Directions for this task:
Your output should be the lines from the start of the data through the line containing "#8=IFCLOCALPLACEMENT($,#2);", exactly and nothing more.

Dataset entries

+--

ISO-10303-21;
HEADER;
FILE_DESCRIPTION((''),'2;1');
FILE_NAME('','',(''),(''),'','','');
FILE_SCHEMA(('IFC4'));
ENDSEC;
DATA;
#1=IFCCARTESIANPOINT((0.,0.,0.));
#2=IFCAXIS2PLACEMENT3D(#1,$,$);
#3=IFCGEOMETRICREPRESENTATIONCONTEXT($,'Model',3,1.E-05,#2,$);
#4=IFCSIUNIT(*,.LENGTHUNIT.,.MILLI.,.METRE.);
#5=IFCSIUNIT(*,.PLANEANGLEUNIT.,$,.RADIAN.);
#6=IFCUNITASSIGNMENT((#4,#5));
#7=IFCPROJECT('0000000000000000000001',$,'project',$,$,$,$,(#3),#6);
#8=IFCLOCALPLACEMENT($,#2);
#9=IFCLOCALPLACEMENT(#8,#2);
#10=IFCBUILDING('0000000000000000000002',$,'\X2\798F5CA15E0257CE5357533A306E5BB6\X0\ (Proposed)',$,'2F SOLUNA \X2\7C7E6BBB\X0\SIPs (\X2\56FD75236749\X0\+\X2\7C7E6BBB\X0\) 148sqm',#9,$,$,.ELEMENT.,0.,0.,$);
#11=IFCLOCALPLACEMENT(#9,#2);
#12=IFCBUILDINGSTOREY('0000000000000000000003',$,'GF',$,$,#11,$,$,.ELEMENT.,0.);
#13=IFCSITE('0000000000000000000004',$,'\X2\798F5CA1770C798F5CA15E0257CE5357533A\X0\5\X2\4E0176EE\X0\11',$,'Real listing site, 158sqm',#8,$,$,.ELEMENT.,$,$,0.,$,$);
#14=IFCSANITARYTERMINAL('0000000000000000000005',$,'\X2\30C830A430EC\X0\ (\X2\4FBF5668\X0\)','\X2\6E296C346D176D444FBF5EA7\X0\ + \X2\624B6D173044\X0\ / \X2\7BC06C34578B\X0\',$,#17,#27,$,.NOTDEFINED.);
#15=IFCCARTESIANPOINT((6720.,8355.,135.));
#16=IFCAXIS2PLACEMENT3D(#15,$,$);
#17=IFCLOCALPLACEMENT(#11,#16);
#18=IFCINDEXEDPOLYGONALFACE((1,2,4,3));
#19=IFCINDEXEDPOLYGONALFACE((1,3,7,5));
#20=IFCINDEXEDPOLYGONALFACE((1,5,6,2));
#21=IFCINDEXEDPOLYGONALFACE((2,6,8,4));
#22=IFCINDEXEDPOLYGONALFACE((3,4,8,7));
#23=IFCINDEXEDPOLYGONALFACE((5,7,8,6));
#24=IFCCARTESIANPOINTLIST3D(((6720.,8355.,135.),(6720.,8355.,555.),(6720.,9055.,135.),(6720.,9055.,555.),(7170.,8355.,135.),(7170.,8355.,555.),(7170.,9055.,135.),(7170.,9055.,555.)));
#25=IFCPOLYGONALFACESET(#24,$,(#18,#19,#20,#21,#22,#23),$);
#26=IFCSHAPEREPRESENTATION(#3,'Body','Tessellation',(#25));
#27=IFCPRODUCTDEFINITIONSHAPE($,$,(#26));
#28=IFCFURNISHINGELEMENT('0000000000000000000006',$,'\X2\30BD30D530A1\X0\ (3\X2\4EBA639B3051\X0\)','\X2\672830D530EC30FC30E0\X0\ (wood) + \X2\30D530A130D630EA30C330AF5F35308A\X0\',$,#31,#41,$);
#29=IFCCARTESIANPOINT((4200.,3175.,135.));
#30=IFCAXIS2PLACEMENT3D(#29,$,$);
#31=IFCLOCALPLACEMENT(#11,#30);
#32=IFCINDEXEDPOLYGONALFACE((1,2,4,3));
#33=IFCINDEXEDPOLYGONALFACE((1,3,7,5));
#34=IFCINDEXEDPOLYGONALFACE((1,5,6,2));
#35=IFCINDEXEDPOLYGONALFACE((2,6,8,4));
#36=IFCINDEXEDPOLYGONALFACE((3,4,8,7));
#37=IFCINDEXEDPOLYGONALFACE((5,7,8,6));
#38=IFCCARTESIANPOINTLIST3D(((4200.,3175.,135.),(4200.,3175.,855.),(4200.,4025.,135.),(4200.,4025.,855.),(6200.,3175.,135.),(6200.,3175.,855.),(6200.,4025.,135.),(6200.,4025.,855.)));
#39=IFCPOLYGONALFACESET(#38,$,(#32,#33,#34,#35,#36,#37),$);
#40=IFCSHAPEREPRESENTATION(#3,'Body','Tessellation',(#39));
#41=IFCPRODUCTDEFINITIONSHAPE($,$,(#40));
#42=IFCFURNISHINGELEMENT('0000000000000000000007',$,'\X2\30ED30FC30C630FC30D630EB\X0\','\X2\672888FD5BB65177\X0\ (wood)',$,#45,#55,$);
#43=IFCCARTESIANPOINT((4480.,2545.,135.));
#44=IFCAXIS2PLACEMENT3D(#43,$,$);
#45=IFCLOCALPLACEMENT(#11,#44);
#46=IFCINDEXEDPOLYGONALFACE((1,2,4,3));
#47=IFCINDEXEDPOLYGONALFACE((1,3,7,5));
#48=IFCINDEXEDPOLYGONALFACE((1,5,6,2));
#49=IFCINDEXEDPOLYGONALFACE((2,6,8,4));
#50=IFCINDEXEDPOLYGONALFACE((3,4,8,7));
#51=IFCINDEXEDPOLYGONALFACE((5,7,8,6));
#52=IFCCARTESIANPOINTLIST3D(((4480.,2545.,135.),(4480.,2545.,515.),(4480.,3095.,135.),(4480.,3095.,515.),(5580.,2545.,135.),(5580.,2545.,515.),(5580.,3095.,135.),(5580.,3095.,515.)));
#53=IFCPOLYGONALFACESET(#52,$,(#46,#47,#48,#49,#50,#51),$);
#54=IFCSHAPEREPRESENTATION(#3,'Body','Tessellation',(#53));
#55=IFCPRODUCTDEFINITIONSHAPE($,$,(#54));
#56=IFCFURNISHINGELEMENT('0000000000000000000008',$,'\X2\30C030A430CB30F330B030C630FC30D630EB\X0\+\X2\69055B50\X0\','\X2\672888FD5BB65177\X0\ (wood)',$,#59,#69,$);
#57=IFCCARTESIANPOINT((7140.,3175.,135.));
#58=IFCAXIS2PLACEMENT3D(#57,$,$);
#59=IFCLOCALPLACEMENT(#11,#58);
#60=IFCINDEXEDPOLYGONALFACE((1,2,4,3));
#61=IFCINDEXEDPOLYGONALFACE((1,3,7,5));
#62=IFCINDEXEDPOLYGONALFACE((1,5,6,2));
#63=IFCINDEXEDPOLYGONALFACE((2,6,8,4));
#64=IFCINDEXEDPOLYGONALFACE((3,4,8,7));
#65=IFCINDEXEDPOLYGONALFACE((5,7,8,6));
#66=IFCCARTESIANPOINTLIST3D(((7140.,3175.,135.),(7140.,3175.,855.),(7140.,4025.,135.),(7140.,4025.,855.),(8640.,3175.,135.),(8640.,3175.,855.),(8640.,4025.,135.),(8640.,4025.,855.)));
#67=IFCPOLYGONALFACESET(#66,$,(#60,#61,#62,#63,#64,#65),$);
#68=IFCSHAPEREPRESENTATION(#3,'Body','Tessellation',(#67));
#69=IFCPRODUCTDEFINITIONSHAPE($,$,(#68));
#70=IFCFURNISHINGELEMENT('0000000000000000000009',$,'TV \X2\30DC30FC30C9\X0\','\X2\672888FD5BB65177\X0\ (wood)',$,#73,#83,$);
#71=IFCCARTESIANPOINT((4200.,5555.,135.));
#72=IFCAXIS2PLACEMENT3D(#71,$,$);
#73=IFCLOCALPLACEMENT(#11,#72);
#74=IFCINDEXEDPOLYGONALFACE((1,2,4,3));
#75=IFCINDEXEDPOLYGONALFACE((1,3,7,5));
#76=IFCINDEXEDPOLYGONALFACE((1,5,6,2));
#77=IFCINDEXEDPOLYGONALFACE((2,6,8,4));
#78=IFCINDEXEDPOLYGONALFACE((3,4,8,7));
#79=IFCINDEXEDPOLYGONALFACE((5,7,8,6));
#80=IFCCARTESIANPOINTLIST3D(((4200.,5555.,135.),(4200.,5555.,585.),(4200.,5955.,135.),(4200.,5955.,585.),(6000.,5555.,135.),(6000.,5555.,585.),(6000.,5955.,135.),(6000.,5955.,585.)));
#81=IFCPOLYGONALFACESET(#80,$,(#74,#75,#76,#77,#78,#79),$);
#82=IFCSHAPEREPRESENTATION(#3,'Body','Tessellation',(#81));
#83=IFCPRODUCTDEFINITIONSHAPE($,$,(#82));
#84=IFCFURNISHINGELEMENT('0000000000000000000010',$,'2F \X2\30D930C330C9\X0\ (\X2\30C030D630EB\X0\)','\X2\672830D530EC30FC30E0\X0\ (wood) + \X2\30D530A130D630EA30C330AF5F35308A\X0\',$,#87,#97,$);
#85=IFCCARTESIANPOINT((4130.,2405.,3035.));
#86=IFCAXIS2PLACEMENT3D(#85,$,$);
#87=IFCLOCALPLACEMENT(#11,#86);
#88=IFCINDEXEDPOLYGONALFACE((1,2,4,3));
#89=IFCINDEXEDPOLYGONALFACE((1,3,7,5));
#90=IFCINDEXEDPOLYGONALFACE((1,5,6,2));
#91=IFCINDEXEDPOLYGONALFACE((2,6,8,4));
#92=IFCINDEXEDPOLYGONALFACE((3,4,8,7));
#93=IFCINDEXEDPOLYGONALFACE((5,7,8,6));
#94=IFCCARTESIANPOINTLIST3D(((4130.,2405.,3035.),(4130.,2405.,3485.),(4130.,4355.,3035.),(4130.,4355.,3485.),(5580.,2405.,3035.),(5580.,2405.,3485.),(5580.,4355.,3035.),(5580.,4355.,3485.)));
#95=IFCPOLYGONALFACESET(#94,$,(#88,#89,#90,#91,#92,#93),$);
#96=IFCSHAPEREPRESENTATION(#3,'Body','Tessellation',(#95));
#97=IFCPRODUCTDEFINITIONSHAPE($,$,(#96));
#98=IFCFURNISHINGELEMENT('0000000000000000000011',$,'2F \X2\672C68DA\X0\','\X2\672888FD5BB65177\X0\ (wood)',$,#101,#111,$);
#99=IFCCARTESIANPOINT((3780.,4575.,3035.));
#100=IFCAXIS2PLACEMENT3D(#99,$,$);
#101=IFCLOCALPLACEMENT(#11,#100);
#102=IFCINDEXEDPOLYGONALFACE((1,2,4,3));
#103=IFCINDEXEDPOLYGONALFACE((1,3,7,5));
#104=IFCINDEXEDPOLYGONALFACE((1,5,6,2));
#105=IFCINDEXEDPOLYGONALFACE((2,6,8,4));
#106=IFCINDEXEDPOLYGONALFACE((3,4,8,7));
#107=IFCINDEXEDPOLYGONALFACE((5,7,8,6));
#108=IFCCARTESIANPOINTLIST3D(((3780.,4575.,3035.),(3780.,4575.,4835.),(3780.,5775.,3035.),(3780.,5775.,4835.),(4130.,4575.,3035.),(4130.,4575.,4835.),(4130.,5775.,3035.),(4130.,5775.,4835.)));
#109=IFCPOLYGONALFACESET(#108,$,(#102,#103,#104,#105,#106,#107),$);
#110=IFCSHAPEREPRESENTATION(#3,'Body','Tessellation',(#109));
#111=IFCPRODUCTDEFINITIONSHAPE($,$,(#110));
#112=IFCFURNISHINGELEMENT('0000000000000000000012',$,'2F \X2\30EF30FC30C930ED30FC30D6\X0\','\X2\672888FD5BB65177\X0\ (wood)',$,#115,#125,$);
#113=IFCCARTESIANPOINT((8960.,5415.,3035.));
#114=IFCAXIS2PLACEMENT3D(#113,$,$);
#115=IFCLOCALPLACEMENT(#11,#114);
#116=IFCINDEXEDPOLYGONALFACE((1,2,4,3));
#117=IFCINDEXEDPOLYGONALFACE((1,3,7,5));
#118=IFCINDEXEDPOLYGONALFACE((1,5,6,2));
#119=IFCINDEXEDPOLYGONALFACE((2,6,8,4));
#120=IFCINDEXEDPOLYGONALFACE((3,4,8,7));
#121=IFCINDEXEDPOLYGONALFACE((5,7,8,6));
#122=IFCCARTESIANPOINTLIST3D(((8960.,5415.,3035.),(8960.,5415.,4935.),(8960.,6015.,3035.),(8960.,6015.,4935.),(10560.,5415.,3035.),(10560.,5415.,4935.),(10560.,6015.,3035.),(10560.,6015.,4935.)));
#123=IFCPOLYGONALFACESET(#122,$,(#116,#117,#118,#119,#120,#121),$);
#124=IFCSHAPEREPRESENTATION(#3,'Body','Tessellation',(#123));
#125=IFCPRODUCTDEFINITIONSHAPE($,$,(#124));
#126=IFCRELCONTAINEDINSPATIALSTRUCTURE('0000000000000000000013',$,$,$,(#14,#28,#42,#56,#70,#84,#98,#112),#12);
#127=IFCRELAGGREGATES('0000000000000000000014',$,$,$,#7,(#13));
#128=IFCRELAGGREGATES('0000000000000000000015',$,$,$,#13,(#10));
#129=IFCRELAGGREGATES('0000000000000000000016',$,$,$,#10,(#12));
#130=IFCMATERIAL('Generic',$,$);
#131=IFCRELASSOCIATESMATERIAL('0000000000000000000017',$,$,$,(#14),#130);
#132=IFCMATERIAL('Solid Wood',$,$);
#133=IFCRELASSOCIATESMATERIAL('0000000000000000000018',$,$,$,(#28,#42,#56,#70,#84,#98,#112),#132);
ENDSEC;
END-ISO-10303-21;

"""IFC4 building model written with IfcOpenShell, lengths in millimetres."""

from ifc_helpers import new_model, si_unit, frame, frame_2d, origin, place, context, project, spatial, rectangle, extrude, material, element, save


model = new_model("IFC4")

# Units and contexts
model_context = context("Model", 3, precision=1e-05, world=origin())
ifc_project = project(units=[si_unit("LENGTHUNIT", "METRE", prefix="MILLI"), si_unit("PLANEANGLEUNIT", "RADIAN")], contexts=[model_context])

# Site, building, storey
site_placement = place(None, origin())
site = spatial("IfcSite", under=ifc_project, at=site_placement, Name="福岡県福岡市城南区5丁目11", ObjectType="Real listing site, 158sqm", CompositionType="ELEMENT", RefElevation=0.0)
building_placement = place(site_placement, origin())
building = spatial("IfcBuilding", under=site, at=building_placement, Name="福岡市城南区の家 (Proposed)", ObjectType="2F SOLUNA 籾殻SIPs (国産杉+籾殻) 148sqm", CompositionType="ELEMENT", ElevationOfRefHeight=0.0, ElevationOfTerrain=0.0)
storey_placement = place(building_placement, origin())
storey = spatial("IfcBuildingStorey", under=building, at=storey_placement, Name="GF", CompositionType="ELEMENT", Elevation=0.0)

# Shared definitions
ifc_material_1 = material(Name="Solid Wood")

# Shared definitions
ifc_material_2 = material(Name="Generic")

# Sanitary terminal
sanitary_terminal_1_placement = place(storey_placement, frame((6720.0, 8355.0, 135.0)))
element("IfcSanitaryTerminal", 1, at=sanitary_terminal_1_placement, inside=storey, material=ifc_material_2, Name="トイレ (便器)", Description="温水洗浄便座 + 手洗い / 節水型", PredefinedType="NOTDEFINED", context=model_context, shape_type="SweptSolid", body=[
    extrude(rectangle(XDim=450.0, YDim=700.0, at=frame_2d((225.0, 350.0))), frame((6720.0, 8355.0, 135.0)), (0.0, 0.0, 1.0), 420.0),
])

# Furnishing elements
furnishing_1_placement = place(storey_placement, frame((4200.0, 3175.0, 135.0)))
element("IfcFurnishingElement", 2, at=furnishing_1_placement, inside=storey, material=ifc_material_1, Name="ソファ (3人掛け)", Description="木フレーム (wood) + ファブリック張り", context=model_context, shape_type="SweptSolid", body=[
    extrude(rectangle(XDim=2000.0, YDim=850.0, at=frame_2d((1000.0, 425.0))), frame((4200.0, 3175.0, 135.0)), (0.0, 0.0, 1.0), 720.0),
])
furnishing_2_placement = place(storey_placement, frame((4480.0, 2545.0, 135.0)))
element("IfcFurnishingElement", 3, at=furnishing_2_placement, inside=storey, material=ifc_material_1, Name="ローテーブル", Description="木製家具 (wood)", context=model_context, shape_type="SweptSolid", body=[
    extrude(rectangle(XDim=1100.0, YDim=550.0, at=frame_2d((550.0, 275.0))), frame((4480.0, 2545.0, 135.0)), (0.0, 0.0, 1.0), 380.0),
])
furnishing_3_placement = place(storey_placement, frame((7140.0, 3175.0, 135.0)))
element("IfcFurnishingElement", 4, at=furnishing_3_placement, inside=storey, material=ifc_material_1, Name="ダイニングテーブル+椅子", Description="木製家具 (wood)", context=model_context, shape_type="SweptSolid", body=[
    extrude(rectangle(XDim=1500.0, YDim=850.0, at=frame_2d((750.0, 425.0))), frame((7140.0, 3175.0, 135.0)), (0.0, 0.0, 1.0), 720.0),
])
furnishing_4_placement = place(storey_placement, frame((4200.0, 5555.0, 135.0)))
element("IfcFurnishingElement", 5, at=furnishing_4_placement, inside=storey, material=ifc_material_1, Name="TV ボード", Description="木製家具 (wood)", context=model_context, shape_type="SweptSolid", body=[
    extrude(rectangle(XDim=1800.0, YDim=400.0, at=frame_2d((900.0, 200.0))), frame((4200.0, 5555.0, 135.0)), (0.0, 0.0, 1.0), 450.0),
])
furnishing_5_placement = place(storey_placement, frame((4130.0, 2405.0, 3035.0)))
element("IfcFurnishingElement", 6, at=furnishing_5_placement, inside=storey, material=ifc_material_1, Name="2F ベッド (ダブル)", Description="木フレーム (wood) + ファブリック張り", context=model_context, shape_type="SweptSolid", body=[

+--

Worked solution:
ISO-10303-21;
HEADER;
FILE_DESCRIPTION((''),'2;1');
FILE_NAME('','',(''),(''),'','','');
FILE_SCHEMA(('IFC4'));
ENDSEC;
DATA;
#1=IFCCARTESIANPOINT((0.,0.,0.));
#2=IFCAXIS2PLACEMENT3D(#1,$,$);
#3=IFCGEOMETRICREPRESENTATIONCONTEXT($,'Model',3,1.E-05,#2,$);
#4=IFCSIUNIT(*,.LENGTHUNIT.,.MILLI.,.METRE.);
#5=IFCSIUNIT(*,.PLANEANGLEUNIT.,$,.RADIAN.);
#6=IFCUNITASSIGNMENT((#4,#5));
#7=IFCPROJECT('0000000000000000000001',$,'project',$,$,$,$,(#3),#6);
#8=IFCLOCALPLACEMENT($,#2);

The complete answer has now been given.